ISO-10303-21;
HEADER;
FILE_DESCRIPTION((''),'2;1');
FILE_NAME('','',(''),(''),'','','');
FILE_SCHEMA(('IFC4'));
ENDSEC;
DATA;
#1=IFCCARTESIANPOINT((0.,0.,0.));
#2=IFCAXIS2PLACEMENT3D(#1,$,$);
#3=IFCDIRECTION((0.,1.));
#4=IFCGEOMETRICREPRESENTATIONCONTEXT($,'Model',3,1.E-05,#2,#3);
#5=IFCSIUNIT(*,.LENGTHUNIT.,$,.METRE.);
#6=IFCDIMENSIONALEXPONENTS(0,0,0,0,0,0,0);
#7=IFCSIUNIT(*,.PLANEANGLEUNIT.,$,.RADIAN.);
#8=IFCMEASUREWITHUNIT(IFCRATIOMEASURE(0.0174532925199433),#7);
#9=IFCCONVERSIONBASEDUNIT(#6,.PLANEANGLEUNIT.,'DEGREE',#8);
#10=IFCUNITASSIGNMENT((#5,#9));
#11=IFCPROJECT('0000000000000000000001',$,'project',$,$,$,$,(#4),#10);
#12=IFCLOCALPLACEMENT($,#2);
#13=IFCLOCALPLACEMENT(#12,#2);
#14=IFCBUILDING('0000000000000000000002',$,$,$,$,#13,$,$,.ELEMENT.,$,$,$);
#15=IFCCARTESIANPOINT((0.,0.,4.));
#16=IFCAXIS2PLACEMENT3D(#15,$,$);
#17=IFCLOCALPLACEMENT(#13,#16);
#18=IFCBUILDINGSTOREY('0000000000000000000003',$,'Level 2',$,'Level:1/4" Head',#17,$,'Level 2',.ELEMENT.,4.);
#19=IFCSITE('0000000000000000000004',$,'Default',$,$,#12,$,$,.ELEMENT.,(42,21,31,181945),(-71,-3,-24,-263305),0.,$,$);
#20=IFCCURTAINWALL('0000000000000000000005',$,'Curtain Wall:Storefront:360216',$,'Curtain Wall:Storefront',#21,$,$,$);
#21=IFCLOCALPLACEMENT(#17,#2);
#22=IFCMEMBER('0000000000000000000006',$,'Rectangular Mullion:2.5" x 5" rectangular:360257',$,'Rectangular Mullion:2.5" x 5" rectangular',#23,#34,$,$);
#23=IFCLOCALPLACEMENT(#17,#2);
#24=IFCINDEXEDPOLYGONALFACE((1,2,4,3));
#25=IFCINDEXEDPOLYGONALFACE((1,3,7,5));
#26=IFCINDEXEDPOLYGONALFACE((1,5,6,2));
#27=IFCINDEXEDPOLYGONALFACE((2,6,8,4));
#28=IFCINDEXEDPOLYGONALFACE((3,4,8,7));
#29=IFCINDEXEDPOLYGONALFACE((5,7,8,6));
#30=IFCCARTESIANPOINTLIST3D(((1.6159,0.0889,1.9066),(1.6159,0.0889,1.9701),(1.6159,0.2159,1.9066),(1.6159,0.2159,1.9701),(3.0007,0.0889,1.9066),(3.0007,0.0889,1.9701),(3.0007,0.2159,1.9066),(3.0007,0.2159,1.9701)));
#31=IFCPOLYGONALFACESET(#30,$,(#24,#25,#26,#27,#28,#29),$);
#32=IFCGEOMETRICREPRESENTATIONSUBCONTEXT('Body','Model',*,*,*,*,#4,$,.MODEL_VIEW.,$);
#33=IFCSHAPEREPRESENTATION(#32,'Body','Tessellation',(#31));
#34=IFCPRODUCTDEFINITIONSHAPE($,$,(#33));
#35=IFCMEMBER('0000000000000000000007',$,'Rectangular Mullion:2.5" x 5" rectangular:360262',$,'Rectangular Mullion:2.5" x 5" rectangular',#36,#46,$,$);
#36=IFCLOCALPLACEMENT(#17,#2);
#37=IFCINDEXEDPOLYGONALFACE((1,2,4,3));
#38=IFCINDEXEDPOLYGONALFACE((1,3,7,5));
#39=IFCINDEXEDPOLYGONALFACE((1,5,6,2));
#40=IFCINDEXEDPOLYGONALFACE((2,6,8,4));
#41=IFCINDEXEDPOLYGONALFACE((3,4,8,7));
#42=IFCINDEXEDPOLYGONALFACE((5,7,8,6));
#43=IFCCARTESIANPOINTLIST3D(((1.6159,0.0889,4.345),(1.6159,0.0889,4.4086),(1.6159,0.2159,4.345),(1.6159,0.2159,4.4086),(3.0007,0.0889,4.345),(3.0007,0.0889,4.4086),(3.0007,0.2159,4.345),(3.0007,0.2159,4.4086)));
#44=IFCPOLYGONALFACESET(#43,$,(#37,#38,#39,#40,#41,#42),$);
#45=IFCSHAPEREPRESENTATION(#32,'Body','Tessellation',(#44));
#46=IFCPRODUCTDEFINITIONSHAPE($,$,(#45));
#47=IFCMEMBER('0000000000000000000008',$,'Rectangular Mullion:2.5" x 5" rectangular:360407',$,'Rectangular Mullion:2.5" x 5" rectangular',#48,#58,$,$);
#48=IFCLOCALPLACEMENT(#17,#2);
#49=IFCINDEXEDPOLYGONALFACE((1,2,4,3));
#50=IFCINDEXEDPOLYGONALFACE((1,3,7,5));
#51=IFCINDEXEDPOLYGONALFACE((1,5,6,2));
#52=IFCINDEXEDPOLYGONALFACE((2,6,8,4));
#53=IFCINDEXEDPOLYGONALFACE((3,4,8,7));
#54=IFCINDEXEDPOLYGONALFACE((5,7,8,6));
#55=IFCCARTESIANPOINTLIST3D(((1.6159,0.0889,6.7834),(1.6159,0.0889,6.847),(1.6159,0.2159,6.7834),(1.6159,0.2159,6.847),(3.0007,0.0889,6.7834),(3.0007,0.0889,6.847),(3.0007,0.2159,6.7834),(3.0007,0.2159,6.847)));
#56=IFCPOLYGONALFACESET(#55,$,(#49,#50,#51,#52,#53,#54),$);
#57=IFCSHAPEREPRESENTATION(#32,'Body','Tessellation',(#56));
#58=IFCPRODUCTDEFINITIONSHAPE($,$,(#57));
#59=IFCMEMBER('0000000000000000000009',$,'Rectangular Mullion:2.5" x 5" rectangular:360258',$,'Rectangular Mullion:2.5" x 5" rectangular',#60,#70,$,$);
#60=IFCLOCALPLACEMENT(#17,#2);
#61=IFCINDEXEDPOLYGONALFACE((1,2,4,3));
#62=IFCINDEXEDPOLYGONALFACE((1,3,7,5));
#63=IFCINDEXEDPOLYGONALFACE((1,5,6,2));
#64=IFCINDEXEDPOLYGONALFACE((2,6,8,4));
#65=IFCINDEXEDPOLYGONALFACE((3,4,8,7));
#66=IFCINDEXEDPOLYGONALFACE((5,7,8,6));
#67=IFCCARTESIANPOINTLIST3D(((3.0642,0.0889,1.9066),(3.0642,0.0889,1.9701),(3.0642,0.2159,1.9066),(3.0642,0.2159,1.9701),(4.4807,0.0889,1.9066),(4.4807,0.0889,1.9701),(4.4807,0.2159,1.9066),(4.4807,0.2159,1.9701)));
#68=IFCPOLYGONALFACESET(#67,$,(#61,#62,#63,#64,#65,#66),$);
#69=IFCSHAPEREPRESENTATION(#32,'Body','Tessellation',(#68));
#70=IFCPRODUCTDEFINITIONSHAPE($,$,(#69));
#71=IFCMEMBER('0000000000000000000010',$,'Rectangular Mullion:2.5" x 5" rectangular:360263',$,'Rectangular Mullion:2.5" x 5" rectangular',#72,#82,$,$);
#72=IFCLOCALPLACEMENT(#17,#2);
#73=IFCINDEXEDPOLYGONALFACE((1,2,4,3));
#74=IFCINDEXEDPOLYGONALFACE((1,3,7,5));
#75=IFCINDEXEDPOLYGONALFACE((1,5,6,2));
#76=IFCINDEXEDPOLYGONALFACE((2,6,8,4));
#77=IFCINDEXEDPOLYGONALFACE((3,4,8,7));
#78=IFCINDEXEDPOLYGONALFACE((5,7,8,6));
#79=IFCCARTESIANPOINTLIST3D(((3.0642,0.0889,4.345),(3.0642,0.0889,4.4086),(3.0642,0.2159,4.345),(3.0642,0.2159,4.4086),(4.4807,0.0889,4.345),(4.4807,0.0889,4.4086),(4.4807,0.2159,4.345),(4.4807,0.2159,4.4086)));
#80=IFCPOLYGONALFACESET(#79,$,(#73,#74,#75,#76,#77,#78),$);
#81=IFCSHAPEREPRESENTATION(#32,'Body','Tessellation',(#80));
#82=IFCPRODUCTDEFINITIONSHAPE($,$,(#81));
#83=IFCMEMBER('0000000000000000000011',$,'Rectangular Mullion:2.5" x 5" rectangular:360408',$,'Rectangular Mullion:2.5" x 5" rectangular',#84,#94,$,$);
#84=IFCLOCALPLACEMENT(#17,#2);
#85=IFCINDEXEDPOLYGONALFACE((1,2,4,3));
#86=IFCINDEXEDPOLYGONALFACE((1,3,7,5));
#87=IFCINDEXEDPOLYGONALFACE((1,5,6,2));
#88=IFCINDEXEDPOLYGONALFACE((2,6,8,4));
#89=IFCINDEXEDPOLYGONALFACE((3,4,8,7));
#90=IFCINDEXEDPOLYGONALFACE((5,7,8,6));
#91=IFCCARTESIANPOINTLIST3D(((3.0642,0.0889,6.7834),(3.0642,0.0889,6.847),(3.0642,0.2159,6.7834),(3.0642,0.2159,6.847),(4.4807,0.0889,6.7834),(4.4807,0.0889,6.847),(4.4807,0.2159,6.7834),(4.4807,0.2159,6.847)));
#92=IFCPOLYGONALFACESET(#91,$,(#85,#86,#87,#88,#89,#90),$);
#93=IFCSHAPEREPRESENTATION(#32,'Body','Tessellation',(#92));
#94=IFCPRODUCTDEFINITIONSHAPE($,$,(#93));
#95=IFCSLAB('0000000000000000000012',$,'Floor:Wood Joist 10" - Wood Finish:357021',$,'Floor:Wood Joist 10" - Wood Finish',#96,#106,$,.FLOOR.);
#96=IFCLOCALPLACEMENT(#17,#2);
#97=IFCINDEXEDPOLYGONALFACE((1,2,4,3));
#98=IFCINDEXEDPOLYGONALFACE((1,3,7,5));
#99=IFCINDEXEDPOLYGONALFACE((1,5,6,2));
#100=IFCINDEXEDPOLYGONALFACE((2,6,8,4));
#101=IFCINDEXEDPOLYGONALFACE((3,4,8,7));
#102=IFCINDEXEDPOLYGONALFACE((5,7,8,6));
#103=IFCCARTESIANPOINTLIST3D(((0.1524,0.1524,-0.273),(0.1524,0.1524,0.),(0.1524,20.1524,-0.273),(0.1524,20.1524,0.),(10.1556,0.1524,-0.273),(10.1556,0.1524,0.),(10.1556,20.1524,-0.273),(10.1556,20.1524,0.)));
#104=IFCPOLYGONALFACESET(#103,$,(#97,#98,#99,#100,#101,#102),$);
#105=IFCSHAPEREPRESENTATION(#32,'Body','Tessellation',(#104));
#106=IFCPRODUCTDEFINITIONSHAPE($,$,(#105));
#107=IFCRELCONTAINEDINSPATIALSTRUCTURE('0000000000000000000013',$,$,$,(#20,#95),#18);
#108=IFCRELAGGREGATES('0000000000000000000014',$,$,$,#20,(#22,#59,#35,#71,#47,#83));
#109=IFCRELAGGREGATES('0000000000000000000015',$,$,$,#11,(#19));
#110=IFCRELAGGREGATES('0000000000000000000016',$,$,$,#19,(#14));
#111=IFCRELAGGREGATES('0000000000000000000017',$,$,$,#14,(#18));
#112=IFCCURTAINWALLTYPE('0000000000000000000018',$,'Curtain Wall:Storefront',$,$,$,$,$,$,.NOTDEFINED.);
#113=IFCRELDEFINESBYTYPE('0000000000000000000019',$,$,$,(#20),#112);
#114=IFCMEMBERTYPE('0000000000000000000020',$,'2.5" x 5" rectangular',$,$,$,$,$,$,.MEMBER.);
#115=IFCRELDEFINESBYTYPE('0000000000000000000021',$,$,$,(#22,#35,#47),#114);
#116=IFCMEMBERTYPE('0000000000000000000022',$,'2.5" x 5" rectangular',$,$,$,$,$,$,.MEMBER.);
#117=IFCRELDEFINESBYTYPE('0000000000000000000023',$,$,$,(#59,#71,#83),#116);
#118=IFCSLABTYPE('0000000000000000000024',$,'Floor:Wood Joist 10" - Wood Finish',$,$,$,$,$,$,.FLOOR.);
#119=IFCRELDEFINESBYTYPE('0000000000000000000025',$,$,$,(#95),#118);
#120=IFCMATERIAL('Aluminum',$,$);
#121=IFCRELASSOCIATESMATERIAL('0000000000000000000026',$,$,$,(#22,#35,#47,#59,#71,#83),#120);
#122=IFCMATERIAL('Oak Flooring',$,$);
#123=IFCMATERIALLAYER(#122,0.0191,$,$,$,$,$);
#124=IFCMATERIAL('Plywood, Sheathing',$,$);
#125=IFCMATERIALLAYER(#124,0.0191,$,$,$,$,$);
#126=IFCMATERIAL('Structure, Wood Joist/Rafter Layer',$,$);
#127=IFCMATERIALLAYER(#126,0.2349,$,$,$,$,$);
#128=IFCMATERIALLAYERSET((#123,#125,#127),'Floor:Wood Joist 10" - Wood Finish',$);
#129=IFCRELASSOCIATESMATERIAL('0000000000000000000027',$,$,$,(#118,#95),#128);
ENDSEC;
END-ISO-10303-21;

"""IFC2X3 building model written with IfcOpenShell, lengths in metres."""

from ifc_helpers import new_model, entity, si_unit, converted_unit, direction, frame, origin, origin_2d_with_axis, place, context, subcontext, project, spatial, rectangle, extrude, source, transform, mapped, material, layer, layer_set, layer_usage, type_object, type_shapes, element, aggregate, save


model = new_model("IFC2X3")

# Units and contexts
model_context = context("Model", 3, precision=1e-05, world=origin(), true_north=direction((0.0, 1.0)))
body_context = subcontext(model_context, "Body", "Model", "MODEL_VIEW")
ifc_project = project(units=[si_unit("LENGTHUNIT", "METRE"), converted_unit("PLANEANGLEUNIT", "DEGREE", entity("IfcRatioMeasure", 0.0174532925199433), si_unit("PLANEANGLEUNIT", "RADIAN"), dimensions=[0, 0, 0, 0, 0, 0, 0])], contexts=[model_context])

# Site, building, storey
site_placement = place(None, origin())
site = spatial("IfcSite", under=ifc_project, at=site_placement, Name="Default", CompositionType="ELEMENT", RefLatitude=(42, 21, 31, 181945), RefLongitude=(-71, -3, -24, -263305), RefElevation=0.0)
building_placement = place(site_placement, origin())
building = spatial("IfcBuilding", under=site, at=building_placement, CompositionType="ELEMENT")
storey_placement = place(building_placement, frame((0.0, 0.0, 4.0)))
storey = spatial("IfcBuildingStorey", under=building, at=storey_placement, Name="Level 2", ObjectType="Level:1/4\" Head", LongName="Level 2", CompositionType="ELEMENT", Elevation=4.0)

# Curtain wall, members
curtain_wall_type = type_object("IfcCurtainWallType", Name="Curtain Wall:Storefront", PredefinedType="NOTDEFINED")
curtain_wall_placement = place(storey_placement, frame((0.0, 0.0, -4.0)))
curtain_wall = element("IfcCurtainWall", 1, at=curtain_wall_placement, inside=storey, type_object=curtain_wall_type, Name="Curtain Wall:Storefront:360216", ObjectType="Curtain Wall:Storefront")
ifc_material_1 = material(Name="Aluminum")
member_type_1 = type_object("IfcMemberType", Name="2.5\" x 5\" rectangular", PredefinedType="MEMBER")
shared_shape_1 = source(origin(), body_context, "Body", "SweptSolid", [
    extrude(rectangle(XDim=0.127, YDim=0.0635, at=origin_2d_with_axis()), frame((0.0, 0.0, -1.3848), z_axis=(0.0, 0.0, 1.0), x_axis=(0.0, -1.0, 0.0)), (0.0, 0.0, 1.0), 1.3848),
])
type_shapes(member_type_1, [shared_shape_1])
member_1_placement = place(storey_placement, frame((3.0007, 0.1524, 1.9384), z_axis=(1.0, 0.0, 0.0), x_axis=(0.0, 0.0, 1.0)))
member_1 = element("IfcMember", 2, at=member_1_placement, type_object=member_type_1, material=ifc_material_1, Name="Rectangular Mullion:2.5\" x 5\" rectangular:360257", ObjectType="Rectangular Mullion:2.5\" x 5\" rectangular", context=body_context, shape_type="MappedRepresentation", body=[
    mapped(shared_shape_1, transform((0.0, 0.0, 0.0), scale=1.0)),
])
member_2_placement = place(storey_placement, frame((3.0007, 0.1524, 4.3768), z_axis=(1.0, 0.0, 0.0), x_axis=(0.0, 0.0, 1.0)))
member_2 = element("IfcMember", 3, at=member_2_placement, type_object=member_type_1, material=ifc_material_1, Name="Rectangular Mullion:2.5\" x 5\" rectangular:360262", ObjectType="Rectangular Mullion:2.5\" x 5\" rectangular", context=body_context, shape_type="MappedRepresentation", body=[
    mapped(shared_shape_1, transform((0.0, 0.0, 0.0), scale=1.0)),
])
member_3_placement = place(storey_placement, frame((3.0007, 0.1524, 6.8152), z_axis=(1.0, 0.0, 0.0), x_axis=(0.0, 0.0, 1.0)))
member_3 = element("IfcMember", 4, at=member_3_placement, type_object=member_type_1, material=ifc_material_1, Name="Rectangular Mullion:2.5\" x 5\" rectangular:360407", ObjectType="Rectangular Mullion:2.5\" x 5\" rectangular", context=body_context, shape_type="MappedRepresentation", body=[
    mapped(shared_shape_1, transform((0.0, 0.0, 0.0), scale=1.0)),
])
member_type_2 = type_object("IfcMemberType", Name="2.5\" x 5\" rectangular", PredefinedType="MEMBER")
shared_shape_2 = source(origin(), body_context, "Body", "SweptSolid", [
::::::::
▸ **The task**
Return every line of the preceding records in which the word "Finish" appears.

▸ **Result**
#95=IFCSLAB('0000000000000000000012',$,'Floor:Wood Joist 10" - Wood Finish:357021',$,'Floor:Wood Joist 10" - Wood Finish',#96,#106,$,.FLOOR.);
#118=IFCSLABTYPE('0000000000000000000024',$,'Floor:Wood Joist 10" - Wood Finish',$,$,$,$,$,$,.FLOOR.);
#128=IFCMATERIALLAYERSET((#123,#125,#127),'Floor:Wood Joist 10" - Wood Finish',$);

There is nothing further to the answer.